- Opening Delimiter -
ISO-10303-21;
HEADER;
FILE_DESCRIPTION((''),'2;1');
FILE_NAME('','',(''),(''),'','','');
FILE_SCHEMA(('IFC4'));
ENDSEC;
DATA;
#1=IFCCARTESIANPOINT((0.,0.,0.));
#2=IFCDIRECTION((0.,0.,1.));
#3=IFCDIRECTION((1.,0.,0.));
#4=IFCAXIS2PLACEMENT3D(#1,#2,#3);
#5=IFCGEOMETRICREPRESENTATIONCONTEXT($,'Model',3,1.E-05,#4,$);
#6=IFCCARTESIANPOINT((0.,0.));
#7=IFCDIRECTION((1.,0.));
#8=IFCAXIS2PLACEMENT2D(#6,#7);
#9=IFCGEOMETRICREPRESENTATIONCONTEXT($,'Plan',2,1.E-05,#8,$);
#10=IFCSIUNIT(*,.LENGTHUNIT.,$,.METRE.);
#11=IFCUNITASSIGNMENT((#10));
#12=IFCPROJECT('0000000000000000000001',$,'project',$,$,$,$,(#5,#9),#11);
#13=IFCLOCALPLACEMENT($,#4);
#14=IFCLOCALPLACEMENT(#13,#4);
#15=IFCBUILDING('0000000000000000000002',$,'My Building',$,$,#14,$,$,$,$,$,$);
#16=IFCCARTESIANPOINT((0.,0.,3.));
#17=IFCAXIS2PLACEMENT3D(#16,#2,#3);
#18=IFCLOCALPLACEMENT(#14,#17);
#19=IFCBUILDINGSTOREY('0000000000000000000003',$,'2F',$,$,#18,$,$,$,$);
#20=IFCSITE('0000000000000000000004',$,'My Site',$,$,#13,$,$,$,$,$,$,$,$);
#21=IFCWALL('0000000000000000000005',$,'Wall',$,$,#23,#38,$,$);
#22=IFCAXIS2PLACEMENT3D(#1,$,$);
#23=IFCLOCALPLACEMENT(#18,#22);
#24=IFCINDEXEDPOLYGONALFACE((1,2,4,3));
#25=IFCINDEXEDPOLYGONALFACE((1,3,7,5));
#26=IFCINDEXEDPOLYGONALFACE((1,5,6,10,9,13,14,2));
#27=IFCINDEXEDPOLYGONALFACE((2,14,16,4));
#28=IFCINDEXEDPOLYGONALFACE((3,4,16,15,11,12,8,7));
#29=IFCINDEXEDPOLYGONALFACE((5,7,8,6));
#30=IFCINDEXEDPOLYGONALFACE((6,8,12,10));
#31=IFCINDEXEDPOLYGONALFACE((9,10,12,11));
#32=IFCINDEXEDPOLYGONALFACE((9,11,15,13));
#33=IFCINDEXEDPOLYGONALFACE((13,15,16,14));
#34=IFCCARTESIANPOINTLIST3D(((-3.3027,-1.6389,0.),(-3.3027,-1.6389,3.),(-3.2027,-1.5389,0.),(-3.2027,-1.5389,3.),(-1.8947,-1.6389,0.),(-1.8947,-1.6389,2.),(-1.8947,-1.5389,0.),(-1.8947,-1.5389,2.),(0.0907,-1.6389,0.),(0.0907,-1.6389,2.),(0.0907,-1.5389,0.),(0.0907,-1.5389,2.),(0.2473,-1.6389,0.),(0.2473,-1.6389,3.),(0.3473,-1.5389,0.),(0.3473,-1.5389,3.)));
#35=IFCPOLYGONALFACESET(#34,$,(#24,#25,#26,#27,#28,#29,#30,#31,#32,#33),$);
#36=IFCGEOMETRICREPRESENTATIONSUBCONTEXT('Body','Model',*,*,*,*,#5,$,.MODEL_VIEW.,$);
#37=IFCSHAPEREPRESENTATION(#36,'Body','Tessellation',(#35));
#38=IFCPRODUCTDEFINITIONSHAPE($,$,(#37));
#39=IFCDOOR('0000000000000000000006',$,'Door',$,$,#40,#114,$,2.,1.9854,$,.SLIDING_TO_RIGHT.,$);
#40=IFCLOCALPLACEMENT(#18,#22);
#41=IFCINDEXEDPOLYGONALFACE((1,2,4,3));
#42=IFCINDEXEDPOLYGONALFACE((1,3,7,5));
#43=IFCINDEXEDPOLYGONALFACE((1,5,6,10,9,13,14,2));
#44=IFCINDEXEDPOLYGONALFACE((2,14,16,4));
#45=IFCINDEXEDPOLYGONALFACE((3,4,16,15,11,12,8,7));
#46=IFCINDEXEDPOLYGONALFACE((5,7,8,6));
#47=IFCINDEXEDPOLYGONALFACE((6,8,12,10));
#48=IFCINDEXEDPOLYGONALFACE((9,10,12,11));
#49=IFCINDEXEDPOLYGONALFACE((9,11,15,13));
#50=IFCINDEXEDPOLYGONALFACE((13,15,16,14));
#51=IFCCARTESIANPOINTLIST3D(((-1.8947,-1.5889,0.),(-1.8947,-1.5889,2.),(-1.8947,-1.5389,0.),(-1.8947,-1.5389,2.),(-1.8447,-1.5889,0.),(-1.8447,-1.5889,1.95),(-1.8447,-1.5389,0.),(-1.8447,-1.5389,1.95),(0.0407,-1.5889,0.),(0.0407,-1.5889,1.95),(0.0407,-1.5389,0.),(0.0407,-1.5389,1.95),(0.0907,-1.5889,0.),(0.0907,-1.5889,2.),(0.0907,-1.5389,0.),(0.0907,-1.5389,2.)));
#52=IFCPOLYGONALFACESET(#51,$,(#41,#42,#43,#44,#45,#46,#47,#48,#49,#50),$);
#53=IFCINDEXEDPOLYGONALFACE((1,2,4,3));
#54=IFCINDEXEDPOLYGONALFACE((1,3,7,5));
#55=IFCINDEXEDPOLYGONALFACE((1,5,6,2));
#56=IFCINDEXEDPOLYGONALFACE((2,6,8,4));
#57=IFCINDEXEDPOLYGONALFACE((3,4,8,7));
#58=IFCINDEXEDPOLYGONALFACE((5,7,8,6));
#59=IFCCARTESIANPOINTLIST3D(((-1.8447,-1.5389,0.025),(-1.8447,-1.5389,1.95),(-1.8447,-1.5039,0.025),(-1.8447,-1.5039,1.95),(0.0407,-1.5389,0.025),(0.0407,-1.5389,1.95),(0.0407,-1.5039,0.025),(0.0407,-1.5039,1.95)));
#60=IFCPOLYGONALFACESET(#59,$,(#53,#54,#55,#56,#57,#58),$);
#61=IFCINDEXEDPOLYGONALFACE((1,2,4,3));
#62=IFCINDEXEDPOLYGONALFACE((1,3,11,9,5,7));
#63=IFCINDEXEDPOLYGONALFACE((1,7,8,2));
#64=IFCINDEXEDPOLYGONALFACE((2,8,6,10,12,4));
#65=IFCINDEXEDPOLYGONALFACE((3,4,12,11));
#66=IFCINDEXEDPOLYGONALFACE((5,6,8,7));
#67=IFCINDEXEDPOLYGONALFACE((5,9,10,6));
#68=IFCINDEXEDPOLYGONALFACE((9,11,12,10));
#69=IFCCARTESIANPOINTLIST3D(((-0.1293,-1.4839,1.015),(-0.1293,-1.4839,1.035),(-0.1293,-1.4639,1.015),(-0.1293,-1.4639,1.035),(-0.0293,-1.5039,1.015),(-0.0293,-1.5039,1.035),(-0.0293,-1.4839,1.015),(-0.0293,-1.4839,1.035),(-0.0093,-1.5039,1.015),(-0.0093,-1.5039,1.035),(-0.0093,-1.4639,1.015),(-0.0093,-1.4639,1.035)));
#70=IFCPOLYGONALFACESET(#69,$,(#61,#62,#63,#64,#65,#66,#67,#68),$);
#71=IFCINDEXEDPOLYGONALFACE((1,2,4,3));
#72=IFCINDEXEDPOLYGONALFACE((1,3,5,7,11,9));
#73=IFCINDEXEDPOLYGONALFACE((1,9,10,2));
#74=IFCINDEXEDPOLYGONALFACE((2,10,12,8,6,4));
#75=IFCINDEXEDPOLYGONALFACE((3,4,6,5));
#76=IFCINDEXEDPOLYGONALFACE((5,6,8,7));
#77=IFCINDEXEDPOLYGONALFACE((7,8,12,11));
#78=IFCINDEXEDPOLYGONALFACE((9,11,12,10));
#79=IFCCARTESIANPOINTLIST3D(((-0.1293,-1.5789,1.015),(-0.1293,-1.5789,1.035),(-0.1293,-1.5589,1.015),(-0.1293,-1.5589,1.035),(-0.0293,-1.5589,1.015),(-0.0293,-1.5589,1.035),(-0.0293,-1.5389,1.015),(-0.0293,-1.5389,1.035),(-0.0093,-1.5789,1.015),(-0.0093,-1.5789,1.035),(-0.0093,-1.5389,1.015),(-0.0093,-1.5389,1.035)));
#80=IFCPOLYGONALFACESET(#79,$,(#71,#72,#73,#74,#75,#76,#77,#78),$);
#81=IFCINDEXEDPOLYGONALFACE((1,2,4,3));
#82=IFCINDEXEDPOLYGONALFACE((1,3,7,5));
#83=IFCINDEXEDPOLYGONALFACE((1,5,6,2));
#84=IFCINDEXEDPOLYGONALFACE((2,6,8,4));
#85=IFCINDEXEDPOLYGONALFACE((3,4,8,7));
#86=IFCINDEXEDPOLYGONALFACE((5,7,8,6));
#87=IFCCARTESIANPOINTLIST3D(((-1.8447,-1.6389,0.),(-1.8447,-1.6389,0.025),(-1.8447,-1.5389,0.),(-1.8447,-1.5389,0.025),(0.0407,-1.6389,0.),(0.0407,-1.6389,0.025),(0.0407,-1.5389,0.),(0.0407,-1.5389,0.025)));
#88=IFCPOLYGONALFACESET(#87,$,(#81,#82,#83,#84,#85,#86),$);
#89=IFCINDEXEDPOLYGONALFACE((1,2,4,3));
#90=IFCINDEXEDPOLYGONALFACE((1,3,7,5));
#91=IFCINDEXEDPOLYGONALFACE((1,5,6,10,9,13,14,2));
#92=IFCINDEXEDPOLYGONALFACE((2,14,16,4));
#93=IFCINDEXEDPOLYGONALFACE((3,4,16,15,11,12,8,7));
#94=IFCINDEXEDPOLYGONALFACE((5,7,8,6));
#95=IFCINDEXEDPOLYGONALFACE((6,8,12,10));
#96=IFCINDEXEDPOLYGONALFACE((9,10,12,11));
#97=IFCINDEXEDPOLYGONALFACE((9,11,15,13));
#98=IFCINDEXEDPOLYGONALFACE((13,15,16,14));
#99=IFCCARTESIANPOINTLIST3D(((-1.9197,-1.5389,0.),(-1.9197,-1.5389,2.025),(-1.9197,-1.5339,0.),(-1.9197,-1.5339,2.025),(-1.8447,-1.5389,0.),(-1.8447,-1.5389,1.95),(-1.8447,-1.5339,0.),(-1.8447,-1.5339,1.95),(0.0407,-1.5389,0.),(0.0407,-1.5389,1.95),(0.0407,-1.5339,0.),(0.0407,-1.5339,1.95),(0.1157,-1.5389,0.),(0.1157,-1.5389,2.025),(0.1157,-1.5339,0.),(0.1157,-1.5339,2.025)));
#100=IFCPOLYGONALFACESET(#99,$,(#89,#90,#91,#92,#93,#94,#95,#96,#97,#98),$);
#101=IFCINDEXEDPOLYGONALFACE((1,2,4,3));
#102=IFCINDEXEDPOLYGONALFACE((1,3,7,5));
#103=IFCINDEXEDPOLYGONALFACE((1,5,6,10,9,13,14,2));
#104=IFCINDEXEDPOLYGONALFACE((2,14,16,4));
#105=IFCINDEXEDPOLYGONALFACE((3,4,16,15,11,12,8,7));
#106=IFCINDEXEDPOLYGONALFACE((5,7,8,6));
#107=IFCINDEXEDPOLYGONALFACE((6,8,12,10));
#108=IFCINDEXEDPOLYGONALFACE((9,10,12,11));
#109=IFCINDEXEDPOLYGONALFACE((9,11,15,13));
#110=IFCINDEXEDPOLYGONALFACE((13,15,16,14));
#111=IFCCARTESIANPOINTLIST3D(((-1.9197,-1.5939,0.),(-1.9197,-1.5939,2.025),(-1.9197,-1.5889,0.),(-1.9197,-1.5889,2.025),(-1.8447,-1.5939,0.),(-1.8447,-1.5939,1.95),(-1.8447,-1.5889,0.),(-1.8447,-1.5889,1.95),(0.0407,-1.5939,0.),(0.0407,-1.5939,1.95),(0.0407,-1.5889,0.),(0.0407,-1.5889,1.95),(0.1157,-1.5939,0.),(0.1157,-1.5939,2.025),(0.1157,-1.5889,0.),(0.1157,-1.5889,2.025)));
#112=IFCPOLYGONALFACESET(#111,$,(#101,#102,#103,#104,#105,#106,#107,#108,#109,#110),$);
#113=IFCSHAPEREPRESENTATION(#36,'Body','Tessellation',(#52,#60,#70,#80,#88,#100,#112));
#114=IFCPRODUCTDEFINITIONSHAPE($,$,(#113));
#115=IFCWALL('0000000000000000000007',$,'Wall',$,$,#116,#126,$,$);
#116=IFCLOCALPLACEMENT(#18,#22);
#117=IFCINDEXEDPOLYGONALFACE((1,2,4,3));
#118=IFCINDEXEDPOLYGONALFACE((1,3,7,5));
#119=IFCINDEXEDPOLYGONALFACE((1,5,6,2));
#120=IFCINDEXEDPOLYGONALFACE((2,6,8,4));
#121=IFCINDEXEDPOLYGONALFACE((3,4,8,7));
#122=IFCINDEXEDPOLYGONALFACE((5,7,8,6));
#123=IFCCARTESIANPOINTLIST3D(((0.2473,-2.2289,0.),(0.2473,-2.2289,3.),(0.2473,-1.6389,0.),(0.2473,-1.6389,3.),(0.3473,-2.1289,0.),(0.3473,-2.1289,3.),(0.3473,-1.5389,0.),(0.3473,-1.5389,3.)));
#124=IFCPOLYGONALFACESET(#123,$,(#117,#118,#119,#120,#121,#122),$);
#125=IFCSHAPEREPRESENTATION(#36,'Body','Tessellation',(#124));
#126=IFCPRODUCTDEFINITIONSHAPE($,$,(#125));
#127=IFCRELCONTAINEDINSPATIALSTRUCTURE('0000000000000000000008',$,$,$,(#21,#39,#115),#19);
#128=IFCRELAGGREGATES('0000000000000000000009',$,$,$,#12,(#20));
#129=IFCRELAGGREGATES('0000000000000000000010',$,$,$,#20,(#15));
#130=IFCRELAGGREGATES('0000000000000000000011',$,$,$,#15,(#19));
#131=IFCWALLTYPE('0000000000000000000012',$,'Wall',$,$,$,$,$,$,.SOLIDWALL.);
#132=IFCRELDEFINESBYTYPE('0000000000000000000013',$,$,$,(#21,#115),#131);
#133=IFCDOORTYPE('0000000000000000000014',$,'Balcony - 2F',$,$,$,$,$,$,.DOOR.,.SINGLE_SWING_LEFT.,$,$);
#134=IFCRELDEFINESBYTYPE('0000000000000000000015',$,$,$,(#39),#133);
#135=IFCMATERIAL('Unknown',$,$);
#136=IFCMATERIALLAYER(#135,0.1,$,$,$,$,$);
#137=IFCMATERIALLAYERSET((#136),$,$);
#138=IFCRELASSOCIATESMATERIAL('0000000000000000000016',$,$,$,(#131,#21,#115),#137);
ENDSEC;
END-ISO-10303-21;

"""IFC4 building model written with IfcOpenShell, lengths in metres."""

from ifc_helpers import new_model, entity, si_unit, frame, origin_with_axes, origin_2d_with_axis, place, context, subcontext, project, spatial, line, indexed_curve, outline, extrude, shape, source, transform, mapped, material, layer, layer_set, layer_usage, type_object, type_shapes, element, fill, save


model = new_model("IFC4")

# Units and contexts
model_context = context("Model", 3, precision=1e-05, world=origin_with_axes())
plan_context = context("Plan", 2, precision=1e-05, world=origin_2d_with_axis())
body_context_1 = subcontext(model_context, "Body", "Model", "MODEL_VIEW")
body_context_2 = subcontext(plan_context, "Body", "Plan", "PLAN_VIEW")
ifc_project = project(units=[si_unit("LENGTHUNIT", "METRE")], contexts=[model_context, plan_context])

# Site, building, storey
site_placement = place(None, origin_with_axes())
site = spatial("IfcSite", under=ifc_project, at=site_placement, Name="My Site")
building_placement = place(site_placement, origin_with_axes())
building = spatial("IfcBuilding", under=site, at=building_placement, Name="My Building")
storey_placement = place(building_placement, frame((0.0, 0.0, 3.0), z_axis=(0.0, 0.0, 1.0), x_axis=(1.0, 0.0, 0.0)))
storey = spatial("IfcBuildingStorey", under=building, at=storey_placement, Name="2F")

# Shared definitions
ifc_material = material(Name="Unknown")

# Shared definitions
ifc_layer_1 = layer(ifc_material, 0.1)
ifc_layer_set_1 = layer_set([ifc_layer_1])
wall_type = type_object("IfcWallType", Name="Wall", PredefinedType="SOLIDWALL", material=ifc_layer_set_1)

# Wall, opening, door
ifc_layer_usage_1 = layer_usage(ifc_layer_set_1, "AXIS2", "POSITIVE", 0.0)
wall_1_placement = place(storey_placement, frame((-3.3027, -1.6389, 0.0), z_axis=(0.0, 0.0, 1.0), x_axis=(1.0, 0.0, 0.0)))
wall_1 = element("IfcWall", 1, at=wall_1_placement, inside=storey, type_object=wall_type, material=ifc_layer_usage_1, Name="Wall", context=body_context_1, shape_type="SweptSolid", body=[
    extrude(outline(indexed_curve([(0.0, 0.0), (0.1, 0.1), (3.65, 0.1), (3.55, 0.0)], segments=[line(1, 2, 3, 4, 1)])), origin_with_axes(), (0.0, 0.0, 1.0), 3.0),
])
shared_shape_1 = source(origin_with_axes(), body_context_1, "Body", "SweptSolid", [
- Closing Delimiter -
- Opening Delimiter -
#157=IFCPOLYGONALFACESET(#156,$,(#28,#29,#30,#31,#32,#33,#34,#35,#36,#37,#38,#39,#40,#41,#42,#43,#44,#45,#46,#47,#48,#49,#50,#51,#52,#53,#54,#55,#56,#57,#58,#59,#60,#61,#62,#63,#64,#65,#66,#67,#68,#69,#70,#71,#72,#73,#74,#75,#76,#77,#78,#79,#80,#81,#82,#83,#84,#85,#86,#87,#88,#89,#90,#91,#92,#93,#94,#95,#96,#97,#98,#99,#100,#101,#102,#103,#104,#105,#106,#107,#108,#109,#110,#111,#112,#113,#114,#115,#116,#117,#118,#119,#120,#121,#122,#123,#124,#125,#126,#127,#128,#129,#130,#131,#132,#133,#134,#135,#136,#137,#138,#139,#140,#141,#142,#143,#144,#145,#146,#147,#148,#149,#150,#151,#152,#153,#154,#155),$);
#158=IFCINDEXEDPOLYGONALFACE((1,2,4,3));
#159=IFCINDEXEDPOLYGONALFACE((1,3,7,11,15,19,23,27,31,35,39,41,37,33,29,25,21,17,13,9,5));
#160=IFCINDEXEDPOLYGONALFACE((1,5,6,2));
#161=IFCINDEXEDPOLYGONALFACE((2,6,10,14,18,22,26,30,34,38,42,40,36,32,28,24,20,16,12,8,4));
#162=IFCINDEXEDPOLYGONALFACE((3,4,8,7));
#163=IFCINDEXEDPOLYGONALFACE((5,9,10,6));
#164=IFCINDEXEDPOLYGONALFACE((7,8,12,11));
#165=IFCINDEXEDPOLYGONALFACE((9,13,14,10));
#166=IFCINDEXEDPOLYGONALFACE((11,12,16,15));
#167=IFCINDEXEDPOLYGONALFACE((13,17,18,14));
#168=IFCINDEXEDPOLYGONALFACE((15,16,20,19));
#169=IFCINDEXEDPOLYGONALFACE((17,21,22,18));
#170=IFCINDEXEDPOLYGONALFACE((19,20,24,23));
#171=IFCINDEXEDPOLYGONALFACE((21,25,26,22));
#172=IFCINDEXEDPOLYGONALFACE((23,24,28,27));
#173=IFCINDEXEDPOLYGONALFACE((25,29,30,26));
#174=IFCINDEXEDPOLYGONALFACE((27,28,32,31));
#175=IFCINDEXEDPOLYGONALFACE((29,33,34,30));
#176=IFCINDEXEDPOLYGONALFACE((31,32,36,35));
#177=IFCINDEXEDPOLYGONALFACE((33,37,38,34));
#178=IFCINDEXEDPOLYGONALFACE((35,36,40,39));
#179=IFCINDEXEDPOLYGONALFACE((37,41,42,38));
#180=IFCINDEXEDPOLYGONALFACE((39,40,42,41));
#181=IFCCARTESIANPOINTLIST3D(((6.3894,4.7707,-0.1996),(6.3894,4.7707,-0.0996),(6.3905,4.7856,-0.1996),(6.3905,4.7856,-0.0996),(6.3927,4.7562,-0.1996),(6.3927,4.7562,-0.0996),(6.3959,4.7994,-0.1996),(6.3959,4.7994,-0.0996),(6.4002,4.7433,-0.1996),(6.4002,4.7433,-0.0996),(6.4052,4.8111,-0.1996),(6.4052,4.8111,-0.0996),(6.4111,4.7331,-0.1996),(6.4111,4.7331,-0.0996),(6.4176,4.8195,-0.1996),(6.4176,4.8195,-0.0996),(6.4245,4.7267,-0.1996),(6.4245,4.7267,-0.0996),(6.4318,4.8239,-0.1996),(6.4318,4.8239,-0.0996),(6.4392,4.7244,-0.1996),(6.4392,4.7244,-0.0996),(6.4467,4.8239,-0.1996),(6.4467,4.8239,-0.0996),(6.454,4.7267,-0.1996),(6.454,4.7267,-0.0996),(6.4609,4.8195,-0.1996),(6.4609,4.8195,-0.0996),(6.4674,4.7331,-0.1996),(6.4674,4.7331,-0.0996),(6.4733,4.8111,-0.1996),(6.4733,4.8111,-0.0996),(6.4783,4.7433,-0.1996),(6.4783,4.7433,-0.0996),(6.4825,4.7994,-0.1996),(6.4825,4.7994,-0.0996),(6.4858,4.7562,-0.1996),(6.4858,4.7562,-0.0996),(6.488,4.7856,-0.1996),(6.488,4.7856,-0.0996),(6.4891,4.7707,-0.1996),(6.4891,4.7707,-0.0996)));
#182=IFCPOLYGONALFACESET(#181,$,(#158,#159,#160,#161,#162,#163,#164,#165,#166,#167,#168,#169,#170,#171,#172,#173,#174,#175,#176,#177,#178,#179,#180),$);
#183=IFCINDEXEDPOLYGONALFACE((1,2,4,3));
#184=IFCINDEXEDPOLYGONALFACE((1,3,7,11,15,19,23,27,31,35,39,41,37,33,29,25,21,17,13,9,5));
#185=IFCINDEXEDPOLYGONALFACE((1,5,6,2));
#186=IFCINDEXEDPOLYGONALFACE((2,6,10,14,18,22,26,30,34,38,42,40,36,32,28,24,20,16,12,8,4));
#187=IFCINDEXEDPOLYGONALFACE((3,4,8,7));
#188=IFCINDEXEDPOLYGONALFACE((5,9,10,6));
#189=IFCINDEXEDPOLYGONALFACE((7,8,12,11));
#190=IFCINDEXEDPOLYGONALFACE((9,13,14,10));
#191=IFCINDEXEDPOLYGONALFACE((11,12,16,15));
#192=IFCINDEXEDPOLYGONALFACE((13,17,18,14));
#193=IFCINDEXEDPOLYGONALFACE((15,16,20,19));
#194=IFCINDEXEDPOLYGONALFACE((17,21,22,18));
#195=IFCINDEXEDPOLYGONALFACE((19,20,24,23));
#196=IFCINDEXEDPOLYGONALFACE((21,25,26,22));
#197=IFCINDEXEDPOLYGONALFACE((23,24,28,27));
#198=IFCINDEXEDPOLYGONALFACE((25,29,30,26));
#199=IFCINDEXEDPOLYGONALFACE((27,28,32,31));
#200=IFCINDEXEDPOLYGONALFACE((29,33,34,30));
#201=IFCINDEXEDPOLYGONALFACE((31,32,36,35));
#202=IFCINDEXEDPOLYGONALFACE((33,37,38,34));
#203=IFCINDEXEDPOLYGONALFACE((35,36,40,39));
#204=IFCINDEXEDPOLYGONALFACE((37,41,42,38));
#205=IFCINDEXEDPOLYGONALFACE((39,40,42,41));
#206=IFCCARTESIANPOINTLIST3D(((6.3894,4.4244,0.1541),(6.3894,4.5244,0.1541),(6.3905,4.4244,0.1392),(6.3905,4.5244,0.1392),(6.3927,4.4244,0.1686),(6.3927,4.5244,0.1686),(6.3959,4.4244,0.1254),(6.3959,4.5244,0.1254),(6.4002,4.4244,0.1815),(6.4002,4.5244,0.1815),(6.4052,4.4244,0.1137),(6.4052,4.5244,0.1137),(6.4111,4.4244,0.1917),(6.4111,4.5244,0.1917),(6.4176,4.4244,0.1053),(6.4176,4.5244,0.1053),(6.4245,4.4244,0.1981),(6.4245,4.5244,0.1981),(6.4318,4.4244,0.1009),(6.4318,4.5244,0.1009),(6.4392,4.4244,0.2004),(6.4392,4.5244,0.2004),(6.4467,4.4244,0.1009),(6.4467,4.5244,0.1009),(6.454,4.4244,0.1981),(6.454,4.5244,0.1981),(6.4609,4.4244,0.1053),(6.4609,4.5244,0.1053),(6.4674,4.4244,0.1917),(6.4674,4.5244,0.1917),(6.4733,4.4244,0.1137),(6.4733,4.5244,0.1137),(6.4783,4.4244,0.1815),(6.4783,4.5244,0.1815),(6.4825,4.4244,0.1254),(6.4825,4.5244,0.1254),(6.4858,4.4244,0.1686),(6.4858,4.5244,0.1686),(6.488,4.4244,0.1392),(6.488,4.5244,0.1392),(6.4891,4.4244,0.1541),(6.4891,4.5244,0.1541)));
- Closing Delimiter -
• [Brief]
Go through the records above and, whenever a line includes the word "Tessellation", copy it.

• [Expected answer]
#37=IFCSHAPEREPRESENTATION(#36,'Body','Tessellation',(#35));
#113=IFCSHAPEREPRESENTATION(#36,'Body','Tessellation',(#52,#60,#70,#80,#88,#100,#112));
#125=IFCSHAPEREPRESENTATION(#36,'Body','Tessellation',(#124));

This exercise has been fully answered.